**EXERCISE AIM:**
Between the line containing "Request for bim.ifc: Add" and the line containing "Check: 20 elements" lies a run of lines; give that run again exactly, with both of those lines, and nothing else from the entries below.

**GIVEN INFORMATION:**
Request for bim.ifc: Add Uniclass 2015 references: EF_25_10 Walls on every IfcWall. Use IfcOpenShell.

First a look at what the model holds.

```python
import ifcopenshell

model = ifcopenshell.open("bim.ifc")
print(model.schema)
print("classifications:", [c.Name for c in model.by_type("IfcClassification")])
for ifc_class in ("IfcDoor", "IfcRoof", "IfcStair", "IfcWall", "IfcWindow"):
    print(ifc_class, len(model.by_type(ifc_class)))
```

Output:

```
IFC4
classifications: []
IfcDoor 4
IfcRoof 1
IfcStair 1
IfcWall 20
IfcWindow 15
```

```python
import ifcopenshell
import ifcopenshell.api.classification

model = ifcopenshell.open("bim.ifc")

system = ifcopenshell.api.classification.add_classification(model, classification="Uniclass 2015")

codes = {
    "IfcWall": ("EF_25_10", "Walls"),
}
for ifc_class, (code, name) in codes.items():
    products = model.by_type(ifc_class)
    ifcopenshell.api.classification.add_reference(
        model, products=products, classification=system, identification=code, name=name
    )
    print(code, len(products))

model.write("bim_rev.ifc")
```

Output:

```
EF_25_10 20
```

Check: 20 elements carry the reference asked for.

--

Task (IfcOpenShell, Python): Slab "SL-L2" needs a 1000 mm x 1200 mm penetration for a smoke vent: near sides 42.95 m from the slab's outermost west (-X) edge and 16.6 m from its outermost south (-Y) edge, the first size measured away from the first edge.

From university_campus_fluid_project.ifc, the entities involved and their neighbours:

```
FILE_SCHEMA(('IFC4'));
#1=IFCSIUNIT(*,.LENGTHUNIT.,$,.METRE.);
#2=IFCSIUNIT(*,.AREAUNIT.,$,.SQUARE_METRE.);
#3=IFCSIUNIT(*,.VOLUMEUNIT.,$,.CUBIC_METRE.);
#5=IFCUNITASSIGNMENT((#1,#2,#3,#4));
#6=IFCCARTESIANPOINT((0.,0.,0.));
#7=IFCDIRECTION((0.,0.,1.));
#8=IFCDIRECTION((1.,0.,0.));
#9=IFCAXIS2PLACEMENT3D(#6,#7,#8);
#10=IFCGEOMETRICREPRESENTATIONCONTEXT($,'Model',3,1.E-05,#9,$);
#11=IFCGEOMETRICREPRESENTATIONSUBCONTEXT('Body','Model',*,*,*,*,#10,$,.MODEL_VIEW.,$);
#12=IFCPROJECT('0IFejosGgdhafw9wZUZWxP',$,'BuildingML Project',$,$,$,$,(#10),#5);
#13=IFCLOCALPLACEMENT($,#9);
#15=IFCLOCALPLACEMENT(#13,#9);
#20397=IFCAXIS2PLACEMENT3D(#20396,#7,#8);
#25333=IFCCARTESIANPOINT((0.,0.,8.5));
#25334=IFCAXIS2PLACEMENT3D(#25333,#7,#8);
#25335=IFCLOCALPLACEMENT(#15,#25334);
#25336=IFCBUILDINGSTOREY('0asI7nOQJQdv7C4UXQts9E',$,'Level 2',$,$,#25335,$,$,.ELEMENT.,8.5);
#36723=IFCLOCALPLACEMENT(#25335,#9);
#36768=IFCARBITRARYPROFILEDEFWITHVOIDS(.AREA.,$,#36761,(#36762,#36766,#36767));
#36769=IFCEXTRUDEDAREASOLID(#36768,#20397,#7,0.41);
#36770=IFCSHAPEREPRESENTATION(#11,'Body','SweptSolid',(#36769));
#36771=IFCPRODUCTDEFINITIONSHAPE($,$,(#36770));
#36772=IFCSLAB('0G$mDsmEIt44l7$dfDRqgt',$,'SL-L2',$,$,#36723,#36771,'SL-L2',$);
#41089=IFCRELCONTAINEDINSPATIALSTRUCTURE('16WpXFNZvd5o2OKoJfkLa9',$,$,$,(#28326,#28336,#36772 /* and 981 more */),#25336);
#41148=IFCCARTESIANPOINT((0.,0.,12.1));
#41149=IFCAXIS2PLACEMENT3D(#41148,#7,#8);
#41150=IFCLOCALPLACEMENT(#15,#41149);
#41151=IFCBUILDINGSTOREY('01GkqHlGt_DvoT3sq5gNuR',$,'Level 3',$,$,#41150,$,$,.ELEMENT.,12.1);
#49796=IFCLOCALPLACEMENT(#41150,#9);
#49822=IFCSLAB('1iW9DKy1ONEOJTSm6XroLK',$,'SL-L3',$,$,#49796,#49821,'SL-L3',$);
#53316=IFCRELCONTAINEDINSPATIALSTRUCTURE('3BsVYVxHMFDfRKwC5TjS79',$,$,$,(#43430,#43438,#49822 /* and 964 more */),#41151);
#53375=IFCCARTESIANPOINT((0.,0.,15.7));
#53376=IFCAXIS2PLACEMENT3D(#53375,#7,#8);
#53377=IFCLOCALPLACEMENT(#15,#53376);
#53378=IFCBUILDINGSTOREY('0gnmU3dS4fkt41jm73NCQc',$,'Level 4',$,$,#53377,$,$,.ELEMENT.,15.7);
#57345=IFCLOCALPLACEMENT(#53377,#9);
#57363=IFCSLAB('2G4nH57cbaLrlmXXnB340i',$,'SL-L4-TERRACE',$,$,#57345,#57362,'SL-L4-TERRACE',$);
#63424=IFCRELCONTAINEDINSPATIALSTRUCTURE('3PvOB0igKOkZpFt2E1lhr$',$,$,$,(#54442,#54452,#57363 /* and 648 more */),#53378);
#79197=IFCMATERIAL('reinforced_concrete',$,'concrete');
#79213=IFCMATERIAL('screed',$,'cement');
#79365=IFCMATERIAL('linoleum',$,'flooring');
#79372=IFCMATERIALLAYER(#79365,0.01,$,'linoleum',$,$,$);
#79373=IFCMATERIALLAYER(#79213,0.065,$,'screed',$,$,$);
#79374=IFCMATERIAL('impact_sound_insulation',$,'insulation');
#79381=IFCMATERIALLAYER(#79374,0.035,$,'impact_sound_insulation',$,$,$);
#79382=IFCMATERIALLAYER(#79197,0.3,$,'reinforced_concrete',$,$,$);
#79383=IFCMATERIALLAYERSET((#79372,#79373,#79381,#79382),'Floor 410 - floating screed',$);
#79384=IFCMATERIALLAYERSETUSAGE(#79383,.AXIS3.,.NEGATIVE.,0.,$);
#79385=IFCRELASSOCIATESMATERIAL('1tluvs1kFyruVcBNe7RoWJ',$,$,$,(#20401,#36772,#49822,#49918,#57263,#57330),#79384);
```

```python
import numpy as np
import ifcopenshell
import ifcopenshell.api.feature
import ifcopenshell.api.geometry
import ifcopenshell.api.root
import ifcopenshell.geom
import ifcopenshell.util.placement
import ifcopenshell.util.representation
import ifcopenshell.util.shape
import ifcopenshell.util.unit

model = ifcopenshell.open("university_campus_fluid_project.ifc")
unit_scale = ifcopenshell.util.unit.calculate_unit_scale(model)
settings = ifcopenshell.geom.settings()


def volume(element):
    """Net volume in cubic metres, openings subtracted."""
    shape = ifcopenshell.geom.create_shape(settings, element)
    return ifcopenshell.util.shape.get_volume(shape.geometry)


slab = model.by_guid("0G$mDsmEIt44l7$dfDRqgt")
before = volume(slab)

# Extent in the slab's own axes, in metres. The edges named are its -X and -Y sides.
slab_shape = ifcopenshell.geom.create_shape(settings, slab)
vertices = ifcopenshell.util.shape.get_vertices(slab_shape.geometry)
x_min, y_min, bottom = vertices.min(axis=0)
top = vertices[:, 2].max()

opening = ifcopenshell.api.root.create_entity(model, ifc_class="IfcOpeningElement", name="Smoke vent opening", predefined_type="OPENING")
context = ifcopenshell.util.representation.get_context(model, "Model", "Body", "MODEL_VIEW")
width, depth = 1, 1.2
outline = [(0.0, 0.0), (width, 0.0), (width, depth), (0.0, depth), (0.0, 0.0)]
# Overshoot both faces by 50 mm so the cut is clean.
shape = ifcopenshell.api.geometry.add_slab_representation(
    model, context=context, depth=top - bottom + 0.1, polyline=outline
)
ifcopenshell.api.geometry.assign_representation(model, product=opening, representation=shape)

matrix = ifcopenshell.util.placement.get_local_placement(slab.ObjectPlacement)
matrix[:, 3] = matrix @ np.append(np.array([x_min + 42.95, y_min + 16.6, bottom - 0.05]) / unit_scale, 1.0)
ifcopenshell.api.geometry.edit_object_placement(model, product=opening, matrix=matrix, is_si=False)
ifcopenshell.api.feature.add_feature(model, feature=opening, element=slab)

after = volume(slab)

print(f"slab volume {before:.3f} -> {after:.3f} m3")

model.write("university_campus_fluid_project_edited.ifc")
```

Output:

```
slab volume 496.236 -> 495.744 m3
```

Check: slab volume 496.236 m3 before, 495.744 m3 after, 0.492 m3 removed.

**EXERCISE RESPONSE:**
Request for bim.ifc: Add Uniclass 2015 references: EF_25_10 Walls on every IfcWall. Use IfcOpenShell.

First a look at what the model holds.

```python
import ifcopenshell

model = ifcopenshell.open("bim.ifc")
print(model.schema)
print("classifications:", [c.Name for c in model.by_type("IfcClassification")])
for ifc_class in ("IfcDoor", "IfcRoof", "IfcStair", "IfcWall", "IfcWindow"):
    print(ifc_class, len(model.by_type(ifc_class)))
```

Output:

```
IFC4
classifications: []
IfcDoor 4
IfcRoof 1
IfcStair 1
IfcWall 20
IfcWindow 15
```

```python
import ifcopenshell
import ifcopenshell.api.classification

model = ifcopenshell.open("bim.ifc")

system = ifcopenshell.api.classification.add_classification(model, classification="Uniclass 2015")

codes = {
    "IfcWall": ("EF_25_10", "Walls"),
}
for ifc_class, (code, name) in codes.items():
    products = model.by_type(ifc_class)
    ifcopenshell.api.classification.add_reference(
        model, products=products, classification=system, identification=code, name=name
    )
    print(code, len(products))

model.write("bim_rev.ifc")
```

Output:

```
EF_25_10 20
```

Check: 20 elements carry the reference asked for.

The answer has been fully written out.